Add a Custom Dataset

This guide explains how to integrate your own dataset into cz-benchmarks.

Requirements

For single-cell datasets:

  • The dataset file must be an .h5ad file conforming to the AnnData on-disk format.

  • The AnnData object’s var_names must specify the ensembl_id for each gene OR var must contain a column named ensembl_id.

  • The AnnData object must meet the validation requirements of the specific models that the dataset will be used to benchmark. This means that:

    • obs and var each contain the required metadata columns, as specified by the models’ required_obs_keys and required_var_keys properties, respectively.

    • The ensemble_id values must be valid for the models’ accepted organisms, as specified by the available_organisms property.

Steps to Add Your Dataset

1. Prepare Your Data

  • Save your data as an AnnData object in .h5ad format.

  • Ensure the following:

    • Metadata columns (e.g., cell type, batch) are included in obs.

    • Gene names are properly defined in var.

2. Create a Custom Configuration File

  • Update src/czbenchmarks/conf/datasets.yaml by adding a new dataset entry:

datasets:
  ...

  my_dataset:
    _target_: czbenchmarks.datasets.SingleCellDataset
    path: ~/path_to_your_data/my_data.h5ad
    organism: ${organism:HUMAN}
  • Explanation:

    • datasets: Defines the datasets to be loaded.

    • my_dataset: A unique identifier for your dataset.

    • _target_: Specifies the Dataset class to instantiate. Currently, cz-benchmarks supports src.czbenchmarks.datasets.single_cell.SingleCellDataset and src.czbenchmarks.datasets.single_cell.PerturbationSingleCellDataset Dataset types.

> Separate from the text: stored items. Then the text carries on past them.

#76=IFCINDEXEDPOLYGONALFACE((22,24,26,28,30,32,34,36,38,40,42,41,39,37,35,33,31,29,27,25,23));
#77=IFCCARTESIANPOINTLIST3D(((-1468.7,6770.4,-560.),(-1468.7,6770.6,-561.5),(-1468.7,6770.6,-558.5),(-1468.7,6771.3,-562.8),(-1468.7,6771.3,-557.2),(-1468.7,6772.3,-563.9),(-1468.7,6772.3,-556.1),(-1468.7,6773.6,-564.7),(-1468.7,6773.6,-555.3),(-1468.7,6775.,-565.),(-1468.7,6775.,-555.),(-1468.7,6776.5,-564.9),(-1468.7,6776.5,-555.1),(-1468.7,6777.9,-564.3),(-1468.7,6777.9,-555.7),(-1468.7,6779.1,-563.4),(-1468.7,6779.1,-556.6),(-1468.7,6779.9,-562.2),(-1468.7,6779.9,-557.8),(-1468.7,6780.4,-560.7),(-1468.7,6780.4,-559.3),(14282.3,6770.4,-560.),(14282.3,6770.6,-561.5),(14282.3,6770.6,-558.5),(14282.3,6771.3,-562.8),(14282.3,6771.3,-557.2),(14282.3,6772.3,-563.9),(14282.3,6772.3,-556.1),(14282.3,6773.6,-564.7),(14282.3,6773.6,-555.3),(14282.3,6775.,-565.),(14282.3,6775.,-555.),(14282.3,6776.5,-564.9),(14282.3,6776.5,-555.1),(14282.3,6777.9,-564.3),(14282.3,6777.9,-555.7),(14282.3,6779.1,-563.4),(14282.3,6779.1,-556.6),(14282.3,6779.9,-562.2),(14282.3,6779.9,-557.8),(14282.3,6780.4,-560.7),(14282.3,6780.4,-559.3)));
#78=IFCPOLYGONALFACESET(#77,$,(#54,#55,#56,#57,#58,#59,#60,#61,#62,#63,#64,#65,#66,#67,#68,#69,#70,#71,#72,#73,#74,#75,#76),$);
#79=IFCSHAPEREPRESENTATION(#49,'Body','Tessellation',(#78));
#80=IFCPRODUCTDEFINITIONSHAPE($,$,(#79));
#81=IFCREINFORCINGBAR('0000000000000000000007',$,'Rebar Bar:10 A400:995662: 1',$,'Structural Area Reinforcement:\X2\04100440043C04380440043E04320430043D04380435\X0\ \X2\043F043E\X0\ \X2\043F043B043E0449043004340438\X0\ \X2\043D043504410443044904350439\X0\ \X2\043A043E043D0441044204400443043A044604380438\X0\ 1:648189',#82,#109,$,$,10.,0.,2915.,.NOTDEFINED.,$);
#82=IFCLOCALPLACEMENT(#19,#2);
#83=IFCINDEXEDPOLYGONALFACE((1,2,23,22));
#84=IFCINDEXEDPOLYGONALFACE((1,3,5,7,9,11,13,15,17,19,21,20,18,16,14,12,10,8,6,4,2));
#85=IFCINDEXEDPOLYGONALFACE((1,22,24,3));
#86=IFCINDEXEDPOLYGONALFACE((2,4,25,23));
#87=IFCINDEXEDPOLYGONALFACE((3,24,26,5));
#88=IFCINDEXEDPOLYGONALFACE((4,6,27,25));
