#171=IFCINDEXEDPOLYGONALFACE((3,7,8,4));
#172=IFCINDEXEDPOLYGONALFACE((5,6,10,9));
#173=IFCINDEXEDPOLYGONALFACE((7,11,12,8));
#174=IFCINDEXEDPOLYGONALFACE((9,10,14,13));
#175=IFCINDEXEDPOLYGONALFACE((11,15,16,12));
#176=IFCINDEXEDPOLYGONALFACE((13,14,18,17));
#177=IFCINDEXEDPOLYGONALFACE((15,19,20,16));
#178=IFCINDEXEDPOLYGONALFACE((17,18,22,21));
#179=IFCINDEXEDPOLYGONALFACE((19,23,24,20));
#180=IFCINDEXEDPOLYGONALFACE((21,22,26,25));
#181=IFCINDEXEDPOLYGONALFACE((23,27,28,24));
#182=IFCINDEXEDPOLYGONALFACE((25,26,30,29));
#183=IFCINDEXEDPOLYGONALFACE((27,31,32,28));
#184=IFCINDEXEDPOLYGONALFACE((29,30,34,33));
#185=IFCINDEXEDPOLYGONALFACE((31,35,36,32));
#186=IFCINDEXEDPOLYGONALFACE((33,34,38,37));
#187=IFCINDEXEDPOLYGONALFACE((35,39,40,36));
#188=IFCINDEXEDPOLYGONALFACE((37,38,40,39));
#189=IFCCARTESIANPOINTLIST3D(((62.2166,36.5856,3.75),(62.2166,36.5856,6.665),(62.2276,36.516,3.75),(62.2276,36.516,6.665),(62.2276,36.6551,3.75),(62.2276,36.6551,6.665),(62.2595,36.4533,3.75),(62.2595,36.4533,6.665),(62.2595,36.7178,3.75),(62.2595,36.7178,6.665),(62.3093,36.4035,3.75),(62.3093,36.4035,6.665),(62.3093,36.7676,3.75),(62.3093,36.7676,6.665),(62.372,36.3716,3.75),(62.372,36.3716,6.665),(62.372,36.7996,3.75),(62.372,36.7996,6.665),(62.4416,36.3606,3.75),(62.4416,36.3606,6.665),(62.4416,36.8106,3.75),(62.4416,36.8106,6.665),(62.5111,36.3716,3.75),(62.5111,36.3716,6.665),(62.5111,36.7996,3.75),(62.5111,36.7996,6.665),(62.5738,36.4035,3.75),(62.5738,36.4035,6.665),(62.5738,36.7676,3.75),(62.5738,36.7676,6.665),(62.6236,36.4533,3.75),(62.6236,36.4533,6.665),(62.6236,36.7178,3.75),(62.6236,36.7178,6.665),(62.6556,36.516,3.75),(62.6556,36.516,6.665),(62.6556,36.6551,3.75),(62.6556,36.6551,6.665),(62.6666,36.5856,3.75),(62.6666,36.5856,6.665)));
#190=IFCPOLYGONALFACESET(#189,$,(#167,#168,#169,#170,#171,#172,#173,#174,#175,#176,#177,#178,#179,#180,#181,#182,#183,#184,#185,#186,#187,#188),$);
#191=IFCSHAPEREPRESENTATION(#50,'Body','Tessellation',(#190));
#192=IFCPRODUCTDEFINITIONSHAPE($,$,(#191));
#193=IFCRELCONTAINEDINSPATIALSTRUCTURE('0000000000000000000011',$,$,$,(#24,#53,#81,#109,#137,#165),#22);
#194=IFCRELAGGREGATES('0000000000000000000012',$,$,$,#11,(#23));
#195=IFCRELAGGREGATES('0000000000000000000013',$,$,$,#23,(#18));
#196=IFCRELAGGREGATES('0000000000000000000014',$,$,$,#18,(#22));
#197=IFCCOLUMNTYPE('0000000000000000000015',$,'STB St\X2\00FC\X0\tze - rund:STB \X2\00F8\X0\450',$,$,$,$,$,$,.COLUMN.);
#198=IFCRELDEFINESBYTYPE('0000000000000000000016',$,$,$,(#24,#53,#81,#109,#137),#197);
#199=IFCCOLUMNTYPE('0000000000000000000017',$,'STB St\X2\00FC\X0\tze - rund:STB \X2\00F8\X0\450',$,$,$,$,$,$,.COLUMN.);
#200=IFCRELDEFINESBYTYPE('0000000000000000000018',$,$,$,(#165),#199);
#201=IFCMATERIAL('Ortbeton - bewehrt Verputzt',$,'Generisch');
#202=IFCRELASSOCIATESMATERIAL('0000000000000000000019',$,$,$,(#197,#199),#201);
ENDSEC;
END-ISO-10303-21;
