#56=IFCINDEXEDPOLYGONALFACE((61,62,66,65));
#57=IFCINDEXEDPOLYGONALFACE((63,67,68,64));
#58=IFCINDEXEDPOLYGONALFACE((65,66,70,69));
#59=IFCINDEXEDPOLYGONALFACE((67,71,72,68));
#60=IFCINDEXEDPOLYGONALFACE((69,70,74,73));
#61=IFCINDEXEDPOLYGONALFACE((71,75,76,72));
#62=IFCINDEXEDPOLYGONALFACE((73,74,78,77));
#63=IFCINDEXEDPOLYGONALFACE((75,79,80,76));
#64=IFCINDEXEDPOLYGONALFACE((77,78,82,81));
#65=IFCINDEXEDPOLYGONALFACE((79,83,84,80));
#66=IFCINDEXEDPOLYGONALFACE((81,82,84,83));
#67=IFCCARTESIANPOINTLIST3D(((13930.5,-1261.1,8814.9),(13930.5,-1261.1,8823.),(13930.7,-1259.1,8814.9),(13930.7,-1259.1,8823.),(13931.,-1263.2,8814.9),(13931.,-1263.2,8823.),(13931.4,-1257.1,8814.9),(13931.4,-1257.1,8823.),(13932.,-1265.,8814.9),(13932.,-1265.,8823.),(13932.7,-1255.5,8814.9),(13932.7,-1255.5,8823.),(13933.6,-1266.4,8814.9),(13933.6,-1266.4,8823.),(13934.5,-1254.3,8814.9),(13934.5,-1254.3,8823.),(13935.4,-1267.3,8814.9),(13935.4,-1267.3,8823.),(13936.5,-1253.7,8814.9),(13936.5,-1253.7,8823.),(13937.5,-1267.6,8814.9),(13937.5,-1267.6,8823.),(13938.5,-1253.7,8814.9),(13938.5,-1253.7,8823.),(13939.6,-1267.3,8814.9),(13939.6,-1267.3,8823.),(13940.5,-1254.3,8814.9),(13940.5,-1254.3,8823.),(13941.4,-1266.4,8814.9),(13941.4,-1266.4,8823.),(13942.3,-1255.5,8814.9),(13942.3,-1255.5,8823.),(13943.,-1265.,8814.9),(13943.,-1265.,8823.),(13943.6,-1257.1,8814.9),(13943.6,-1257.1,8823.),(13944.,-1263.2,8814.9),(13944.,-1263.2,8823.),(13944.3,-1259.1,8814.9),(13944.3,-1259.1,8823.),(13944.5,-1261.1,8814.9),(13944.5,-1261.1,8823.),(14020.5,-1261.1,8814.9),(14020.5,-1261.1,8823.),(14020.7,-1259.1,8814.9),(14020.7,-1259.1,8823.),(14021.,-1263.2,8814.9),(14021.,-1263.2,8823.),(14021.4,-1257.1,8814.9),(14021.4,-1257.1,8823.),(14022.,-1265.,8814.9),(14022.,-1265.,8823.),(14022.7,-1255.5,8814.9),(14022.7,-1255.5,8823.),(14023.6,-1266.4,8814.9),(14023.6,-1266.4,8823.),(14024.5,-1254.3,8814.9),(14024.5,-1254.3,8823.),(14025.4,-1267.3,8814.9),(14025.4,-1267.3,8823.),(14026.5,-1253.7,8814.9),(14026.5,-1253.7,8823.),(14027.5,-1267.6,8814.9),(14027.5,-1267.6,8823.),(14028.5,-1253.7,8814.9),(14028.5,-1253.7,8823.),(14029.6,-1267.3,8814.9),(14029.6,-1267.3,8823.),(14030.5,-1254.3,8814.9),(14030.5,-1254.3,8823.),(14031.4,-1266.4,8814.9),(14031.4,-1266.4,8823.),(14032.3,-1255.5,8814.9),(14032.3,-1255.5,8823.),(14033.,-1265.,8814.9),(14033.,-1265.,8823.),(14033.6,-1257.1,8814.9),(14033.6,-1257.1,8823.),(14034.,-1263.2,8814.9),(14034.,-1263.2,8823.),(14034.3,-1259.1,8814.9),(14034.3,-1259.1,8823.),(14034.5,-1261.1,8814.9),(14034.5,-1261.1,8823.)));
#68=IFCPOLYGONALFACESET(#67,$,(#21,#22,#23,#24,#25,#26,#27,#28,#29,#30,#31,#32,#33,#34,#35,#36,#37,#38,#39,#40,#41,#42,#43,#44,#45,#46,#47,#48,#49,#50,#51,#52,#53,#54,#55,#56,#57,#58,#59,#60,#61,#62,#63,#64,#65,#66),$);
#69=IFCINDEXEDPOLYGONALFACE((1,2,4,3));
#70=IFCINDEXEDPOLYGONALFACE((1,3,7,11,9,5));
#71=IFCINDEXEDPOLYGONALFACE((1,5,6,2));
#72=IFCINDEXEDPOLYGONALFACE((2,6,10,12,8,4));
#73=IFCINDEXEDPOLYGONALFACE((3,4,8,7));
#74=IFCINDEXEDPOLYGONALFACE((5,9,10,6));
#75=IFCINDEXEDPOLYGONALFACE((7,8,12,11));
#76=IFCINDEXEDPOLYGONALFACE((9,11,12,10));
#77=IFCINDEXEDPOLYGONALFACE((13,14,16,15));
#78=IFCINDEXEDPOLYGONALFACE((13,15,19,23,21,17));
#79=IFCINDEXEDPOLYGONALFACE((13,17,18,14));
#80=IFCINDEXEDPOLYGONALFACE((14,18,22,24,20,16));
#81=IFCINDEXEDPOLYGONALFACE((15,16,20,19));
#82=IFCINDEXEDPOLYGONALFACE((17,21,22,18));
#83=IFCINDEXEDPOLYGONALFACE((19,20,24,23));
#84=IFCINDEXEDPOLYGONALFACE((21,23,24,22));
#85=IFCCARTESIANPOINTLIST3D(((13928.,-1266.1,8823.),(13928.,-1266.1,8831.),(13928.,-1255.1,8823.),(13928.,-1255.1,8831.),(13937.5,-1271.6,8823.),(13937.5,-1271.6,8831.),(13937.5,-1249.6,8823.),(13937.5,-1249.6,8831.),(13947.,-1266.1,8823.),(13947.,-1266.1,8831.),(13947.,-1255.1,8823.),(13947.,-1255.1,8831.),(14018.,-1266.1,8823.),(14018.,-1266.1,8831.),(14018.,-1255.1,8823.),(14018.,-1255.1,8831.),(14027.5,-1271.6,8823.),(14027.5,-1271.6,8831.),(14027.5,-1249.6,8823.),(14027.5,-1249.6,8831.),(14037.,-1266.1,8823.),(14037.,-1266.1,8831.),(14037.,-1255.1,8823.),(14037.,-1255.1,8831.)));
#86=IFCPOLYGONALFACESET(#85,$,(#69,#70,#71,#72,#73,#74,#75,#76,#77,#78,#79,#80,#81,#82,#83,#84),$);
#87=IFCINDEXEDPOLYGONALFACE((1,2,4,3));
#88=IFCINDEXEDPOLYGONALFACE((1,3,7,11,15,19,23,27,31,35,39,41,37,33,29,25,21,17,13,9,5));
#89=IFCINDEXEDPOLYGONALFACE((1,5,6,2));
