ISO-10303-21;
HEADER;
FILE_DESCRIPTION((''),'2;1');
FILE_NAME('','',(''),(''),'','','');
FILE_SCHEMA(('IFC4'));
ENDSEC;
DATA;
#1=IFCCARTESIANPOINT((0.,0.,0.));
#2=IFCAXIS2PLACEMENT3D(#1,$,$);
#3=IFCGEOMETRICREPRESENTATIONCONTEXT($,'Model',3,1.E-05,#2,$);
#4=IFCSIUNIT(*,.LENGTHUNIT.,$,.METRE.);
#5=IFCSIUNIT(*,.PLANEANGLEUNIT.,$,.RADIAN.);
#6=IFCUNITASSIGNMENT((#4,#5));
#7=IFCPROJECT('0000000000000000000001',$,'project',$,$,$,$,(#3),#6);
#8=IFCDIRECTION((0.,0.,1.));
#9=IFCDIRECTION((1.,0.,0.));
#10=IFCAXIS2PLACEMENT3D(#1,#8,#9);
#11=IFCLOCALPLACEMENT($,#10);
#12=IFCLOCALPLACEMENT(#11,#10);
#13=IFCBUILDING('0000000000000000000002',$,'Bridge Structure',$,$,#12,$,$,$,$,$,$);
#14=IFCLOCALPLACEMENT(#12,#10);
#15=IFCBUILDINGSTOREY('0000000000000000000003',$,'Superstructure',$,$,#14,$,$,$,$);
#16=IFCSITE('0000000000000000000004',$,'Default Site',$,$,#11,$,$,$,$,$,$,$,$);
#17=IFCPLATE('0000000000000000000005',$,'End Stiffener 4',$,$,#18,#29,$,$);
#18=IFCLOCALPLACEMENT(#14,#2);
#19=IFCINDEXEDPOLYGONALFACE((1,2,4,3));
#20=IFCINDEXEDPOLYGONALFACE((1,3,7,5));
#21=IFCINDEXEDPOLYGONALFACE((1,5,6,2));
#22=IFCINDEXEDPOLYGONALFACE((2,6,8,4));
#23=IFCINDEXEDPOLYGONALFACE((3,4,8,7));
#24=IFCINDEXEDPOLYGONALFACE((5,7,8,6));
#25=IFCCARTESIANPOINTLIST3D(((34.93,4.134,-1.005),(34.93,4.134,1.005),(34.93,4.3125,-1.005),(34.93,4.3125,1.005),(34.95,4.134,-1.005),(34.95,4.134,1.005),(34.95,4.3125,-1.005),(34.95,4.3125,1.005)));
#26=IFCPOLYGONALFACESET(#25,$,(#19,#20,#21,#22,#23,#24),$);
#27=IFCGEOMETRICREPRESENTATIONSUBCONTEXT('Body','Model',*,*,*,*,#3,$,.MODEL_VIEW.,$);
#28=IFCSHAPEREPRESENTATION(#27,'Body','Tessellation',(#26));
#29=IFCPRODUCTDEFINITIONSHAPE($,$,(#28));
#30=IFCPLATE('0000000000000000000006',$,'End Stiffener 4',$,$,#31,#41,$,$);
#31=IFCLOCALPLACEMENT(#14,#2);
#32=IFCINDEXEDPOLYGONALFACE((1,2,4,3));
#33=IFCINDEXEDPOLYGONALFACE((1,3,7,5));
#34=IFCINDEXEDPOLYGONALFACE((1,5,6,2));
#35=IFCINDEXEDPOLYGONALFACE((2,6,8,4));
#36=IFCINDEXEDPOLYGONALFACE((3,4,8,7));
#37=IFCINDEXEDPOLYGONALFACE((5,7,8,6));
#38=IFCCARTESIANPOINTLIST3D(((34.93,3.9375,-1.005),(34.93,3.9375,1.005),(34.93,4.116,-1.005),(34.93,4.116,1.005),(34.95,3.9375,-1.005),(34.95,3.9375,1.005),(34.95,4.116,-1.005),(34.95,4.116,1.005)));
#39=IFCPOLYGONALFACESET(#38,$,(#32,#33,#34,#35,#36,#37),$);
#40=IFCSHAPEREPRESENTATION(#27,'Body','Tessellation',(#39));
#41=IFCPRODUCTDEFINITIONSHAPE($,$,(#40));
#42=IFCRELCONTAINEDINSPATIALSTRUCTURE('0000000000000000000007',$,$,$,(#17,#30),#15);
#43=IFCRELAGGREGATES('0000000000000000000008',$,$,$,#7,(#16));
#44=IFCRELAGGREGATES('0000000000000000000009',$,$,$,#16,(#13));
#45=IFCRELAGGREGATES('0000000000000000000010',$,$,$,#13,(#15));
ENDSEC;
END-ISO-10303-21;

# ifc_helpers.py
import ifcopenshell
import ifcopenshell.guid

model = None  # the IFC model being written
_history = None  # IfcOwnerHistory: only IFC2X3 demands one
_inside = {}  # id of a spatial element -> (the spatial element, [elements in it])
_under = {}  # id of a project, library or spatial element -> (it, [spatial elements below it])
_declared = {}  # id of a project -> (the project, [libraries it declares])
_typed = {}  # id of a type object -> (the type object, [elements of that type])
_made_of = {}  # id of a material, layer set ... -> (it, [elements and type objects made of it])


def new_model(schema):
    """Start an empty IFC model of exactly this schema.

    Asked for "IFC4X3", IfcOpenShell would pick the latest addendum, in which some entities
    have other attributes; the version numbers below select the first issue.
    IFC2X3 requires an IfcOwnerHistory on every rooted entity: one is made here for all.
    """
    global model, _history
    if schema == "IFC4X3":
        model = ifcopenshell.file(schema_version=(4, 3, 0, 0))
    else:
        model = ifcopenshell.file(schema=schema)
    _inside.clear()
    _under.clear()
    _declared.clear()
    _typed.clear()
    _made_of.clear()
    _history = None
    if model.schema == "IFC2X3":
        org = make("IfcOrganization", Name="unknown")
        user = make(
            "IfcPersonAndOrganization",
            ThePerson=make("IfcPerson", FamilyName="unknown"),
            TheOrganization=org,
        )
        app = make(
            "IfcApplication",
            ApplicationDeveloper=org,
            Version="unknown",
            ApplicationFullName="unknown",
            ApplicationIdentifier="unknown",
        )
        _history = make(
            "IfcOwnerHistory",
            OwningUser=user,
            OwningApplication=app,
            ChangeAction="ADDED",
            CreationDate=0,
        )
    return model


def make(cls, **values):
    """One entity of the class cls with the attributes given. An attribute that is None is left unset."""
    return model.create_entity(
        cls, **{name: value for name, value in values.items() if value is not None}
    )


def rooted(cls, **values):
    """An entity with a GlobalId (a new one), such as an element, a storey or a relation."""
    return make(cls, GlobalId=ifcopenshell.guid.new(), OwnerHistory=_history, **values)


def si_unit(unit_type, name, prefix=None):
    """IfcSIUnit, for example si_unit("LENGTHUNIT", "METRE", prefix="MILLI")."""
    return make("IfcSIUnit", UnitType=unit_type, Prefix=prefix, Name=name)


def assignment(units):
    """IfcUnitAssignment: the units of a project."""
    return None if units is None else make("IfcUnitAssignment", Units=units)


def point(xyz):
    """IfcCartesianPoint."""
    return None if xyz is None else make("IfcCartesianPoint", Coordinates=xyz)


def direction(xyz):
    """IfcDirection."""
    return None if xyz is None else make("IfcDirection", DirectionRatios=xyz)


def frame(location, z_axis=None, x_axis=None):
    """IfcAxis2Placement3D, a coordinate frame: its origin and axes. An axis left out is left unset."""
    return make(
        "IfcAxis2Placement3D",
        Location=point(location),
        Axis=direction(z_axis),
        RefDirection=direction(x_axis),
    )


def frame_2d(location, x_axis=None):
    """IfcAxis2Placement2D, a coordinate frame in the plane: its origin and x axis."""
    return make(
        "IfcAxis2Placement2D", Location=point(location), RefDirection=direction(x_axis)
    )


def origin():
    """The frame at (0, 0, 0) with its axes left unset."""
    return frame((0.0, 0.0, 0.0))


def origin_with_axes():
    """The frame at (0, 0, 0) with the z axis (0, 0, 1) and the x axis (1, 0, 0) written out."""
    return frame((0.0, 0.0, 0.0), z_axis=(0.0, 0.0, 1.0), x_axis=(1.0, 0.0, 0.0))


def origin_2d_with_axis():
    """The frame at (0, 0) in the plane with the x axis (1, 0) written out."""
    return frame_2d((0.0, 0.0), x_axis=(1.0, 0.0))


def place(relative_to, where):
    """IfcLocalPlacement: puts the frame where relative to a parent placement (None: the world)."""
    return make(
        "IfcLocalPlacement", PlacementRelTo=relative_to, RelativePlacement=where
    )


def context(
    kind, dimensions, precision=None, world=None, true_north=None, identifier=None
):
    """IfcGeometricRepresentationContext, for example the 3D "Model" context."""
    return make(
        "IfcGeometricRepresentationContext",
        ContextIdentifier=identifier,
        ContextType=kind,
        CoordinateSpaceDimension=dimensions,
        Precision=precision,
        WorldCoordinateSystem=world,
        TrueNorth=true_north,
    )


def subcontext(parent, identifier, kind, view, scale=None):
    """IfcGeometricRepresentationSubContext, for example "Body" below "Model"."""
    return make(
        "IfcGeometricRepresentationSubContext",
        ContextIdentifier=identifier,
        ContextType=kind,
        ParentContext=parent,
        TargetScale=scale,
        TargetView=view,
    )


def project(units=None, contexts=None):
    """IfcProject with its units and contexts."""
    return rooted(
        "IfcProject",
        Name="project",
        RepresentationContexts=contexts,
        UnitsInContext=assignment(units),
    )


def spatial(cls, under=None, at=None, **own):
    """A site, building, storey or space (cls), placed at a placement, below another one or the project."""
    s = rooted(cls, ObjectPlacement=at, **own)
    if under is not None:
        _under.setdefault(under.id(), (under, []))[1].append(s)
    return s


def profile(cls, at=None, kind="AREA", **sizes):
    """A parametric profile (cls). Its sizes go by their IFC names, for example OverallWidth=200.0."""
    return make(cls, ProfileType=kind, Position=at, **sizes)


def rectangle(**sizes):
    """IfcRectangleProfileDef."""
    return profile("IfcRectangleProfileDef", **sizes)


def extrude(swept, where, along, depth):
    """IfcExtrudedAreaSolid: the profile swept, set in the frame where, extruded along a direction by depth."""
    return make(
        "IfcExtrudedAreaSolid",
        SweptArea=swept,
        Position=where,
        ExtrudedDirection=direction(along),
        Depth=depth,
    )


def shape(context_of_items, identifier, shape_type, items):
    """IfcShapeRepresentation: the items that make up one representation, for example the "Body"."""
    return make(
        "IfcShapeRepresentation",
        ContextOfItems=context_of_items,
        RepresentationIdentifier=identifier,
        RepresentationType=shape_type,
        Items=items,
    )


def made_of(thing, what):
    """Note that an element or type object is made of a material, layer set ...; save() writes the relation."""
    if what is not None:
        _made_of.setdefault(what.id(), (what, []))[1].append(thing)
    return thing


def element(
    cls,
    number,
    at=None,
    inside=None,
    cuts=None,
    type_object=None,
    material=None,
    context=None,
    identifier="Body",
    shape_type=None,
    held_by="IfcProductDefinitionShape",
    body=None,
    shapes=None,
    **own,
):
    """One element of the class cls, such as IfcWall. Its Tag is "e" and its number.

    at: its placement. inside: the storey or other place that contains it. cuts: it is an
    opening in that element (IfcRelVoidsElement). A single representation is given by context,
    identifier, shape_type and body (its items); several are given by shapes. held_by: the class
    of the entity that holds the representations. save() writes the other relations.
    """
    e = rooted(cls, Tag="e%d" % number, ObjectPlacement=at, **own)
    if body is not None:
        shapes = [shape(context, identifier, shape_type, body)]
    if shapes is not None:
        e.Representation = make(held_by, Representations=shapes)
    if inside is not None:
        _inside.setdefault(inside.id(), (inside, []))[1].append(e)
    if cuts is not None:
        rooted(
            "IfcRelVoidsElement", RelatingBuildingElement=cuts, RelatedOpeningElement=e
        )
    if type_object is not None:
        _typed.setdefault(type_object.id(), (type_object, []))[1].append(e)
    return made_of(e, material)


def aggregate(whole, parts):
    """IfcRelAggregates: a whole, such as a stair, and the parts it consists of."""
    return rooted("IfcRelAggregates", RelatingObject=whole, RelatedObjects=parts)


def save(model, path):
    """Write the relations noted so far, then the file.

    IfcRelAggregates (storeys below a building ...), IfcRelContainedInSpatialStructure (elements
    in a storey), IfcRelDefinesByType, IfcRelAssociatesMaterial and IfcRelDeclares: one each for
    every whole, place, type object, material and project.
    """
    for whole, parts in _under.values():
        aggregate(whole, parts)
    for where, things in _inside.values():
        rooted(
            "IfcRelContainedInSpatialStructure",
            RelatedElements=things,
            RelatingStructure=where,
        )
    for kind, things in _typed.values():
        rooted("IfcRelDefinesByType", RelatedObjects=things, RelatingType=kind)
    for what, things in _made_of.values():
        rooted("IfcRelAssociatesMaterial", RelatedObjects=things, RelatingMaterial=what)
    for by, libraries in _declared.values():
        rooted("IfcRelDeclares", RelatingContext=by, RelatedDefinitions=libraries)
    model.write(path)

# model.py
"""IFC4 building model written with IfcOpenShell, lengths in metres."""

from ifc_helpers import new_model, si_unit, frame, origin, origin_with_axes, origin_2d_with_axis, place, context, subcontext, project, spatial, rectangle, extrude, element, save


model = new_model("IFC4")

# Units and contexts
model_context = context("Model", 3, precision=1e-05, world=origin())
body_context = subcontext(model_context, "Body", "Model", "MODEL_VIEW")
ifc_project = project(units=[si_unit("LENGTHUNIT", "METRE"), si_unit("PLANEANGLEUNIT", "RADIAN")], contexts=[model_context])

# Site, building, storey
site_placement = place(None, origin_with_axes())
site = spatial("IfcSite", under=ifc_project, at=site_placement, Name="Default Site")
building_placement = place(site_placement, origin_with_axes())
building = spatial("IfcBuilding", under=site, at=building_placement, Name="Bridge Structure")
storey_placement = place(building_placement, origin_with_axes())
storey = spatial("IfcBuildingStorey", under=building, at=storey_placement, Name="Superstructure")

# Plates
for number, where, z_axis, x_axis, name in (
    (1, (34.94, 4.2233, -1.005), (0.0, 0.0, 1.0), (1.0, 0.0, 0.0), "End Stiffener 4"),
    (2, (34.94, 4.0267, -1.005), (0.0, 0.0, 1.0), (1.0, 0.0, 0.0), "End Stiffener 4"),
):
    element("IfcPlate", number, at=place(storey_placement, frame(where, z_axis=z_axis, x_axis=x_axis)), inside=storey, Name=name, context=body_context, shape_type="SweptSolid", body=[
        extrude(rectangle(XDim=0.02, YDim=0.1785, at=origin_2d_with_axis()), origin_with_axes(), (0.0, 0.0, 1.0), 2.01),
    ])

save(model, "model.ifc")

    • path: Path to your .h5ad file. This may be be a local filesystem path or an S3 URL (s3://...).

    • organism: Specify the organism, which must be a value from the src.czbenchmarks.datasets.types.Organism (e.g., HUMAN, MOUSE).

    You may add multiple datasets to thie files, as children of datasets.

3. Load and Validate Your Dataset in Python

  • Use the following Python code to load your dataset:

from czbenchmarks.datasets.utils import load_dataset

# Instantiate the `SingleCellDataset` object from the configuration specified in `datasets.yaml`
dataset = load_dataset("my_dataset")

# Load the H5AD file into memory as an AnnData object, storing in the `ANNDATA` input "slot" of the dataset.
dataset.load_data()

# Ensure the basic requirements are met by the Dataset
dataset.validate()
print(dataset.get_input("ANNDATA"))

Fix any loading or validation errors, as needed.

Tips for Customization

  • Preprocessing: If your dataset requires specialized preprocessing, consider subclassing BaseDataset in your project.

  • Validation: Ensure organism-specific validations (e.g. gene name prefixes) are met.

  • Test with Models: Specific models may have additional validation requirements, so you will need to invoke applicable models with your specific dataset to ensure that it is fully compliant.